Joint-Stock Land Banks
JOINT-STOCK LAND BANKS
JOINT-STOCK LAND BANKS were chartered under the authority of the Federal Farm Loan Act, approved 17 July 1916. These banks were financed with private capital and were permitted to make loans in the states in which they were chartered and in one contiguous state. About eighty-seven charters were granted, but not all of the banks opened for business. The joint-stock banks were most numerous in the more prosperous agricultural areas—Iowa, Illinois, Minnesota, Missouri, Texas, and California. The original law did not limit the size of loans, but an amendment to the act in 1923 limited the loans to agricultural purposes only and reduced the size of loans to $50,000 per borrower. The federal government appraised the borrower's land, and the amount of a loan was limited to a percentage of the value of the appraised land and buildings.

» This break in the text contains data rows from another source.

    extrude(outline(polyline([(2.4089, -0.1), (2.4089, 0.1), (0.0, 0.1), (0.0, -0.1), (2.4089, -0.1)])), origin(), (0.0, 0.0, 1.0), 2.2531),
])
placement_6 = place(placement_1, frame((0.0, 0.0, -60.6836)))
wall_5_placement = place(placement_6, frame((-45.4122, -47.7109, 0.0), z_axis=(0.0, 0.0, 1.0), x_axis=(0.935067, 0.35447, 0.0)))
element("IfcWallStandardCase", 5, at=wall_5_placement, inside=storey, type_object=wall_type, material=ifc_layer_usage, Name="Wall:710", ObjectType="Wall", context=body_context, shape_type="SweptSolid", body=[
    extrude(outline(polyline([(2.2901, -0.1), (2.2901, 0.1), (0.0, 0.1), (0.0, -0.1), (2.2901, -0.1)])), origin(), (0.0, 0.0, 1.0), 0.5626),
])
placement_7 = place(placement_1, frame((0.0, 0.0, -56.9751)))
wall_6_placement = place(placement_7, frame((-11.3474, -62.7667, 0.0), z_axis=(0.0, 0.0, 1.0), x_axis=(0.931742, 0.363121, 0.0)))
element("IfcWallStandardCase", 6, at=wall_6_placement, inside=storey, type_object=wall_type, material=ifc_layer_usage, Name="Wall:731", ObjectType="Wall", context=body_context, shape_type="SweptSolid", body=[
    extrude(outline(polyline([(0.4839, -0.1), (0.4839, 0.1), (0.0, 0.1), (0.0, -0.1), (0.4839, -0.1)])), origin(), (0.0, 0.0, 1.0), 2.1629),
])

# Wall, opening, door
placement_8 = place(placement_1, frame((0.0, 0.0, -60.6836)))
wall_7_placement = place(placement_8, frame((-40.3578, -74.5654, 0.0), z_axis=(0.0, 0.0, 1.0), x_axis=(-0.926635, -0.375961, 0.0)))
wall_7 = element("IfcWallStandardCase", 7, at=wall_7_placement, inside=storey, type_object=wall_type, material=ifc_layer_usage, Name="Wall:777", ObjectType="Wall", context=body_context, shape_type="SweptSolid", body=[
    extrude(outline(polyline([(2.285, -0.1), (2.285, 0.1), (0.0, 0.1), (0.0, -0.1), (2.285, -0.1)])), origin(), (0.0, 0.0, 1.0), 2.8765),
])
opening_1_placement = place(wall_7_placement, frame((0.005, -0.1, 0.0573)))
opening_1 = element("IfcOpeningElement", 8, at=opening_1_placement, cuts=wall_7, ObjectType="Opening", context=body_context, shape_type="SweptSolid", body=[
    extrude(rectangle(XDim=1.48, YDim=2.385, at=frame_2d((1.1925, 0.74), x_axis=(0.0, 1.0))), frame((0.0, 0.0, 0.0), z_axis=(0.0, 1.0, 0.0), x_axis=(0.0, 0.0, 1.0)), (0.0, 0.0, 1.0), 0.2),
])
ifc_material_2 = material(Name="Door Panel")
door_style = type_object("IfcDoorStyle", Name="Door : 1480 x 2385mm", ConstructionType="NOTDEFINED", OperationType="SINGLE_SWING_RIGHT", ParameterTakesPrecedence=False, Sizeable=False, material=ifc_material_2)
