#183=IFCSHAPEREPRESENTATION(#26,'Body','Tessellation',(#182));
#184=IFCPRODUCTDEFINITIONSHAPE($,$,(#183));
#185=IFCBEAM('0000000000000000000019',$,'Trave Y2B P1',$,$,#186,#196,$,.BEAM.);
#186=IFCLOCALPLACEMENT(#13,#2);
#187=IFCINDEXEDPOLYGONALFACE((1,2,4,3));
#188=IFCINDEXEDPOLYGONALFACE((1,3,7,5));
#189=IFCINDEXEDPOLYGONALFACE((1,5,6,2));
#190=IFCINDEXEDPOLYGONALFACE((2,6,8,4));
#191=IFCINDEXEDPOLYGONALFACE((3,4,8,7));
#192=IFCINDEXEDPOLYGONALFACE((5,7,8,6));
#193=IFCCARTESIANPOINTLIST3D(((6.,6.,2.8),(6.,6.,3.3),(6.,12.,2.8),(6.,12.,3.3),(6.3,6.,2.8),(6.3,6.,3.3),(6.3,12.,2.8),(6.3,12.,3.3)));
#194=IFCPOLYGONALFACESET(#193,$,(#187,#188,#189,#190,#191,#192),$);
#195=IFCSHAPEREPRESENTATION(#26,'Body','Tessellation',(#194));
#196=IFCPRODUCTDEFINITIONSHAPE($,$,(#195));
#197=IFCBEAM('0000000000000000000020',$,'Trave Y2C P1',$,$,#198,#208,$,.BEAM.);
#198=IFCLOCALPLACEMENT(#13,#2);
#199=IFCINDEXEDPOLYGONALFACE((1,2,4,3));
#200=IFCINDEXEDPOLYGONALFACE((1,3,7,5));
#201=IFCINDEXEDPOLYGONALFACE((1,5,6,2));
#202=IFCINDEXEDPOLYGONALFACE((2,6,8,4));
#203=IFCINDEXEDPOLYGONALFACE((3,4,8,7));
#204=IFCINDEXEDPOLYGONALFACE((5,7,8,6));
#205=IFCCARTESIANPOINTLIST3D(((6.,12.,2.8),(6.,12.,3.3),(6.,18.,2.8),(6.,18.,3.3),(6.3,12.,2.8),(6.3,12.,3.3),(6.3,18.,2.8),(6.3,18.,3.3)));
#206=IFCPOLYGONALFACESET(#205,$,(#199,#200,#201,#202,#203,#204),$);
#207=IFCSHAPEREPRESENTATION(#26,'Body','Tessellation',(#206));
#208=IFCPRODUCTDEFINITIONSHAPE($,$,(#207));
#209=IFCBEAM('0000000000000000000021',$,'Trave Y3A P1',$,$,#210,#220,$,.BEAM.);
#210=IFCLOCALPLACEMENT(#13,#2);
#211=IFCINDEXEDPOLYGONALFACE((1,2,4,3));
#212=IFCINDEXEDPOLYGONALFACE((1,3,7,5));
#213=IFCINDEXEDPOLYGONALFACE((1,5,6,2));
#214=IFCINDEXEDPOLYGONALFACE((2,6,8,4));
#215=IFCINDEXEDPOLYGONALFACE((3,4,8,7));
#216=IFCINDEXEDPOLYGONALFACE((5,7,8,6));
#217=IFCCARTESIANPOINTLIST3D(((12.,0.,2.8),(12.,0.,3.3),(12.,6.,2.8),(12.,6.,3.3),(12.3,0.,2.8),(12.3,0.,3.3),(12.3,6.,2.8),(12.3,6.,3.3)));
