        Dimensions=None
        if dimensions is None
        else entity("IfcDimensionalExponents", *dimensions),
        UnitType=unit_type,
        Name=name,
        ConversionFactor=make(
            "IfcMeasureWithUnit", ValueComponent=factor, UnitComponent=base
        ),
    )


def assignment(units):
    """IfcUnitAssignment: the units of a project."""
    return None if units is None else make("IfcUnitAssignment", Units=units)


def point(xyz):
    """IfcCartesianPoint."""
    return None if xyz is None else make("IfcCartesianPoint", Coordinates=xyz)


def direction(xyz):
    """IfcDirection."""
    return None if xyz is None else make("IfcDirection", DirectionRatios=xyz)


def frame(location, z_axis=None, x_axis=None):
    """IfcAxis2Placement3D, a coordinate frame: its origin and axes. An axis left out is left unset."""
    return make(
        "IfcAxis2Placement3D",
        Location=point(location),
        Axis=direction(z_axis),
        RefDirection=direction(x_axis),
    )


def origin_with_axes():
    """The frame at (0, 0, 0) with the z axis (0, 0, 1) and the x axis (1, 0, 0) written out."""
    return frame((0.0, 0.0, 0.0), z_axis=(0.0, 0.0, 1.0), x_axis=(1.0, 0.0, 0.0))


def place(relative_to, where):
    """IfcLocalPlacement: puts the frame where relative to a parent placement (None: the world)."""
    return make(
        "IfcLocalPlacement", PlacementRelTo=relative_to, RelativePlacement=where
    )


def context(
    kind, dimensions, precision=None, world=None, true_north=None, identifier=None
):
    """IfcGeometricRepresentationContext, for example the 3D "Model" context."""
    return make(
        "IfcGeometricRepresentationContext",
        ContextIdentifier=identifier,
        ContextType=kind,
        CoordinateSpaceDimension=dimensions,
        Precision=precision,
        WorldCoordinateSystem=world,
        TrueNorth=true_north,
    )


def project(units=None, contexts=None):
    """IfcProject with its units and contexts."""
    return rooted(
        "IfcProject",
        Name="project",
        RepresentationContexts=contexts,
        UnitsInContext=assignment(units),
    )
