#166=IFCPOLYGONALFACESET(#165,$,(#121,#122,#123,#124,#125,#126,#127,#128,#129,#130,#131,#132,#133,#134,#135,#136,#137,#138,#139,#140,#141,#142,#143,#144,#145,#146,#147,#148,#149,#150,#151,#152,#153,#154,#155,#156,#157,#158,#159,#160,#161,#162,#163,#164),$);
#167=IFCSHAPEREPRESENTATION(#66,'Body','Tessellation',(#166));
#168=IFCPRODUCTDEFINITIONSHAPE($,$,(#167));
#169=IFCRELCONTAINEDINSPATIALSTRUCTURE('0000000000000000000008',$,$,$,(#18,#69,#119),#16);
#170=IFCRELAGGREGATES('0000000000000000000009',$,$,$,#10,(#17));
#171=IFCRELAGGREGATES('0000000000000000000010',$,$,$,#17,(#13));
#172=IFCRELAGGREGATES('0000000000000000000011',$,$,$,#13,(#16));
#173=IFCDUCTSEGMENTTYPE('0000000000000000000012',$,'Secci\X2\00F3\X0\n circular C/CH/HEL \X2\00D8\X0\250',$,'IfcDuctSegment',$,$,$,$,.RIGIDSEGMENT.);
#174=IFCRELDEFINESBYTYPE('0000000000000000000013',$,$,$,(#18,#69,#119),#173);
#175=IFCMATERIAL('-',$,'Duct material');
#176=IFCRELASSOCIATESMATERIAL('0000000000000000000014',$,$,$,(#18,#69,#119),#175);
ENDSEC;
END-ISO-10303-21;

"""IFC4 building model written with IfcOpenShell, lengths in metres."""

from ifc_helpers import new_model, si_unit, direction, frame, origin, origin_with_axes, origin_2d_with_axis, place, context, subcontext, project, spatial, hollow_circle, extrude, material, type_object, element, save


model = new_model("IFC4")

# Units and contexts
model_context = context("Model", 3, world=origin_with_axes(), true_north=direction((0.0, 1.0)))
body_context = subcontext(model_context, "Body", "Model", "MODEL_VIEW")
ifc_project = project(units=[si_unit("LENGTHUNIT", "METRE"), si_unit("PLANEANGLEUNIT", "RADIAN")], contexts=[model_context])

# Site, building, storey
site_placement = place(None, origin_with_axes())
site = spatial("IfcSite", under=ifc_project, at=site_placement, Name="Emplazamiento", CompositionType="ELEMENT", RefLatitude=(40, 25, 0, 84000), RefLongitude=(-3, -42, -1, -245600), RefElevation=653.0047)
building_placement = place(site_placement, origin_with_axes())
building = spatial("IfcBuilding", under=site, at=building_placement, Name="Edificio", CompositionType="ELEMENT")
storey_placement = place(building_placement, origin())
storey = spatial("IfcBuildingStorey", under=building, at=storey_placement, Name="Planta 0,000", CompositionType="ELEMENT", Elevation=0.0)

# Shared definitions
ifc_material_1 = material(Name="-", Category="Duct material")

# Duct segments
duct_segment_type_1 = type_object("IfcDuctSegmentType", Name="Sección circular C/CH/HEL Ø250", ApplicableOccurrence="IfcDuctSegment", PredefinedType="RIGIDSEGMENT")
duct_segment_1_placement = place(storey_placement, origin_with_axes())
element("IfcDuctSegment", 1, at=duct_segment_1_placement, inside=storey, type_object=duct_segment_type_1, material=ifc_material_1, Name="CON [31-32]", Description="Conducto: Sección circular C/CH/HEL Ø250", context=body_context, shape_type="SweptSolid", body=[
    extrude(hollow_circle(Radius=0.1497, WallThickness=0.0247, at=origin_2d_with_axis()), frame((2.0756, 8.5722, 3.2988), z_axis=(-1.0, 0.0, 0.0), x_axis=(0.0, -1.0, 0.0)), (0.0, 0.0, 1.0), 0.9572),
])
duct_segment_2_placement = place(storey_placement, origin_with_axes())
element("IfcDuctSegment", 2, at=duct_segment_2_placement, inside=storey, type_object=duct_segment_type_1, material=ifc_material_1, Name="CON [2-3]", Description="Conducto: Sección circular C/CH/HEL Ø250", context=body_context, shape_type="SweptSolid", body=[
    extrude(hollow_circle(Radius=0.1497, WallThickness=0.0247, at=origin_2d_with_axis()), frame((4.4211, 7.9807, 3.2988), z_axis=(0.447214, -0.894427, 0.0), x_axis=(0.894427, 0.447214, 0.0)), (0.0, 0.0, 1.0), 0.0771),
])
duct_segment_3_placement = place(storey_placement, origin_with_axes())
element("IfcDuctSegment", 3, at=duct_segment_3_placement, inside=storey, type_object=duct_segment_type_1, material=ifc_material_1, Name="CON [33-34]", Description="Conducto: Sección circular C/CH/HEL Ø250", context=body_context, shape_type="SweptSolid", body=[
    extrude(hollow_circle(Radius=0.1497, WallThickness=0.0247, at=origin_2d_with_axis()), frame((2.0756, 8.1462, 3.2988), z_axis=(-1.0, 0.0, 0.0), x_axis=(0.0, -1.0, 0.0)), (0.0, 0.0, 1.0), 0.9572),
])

These banks thrived during the World War I land booms but declined rapidly when the agriculture industry slumped in the late 1920s. Many of the banks failed. Accusations of mismanagement followed, and many banks reorganized or liquidated. The Emergency Farm Mortgage Act of 1933 ordered the joint-stock land banks liquidated. To help with the liquidation, the Farm Credit Act of 1933 provided the Land Bank Commission with $100 million for two years and renewed the provision for two more years in 1935.
BIBLIOGRAPHY
Farm Credit Administration. Annual Reports. Since 1933.
Federal Farm Loan Board. Annual Reports. 1916–1933.
Wright, Ivan. Farm Mortgage Financing. New York: McGraw-Hill, 1923.
IvanWright/a. r.
See alsoAgriculture ; Banking ; Financial Panics .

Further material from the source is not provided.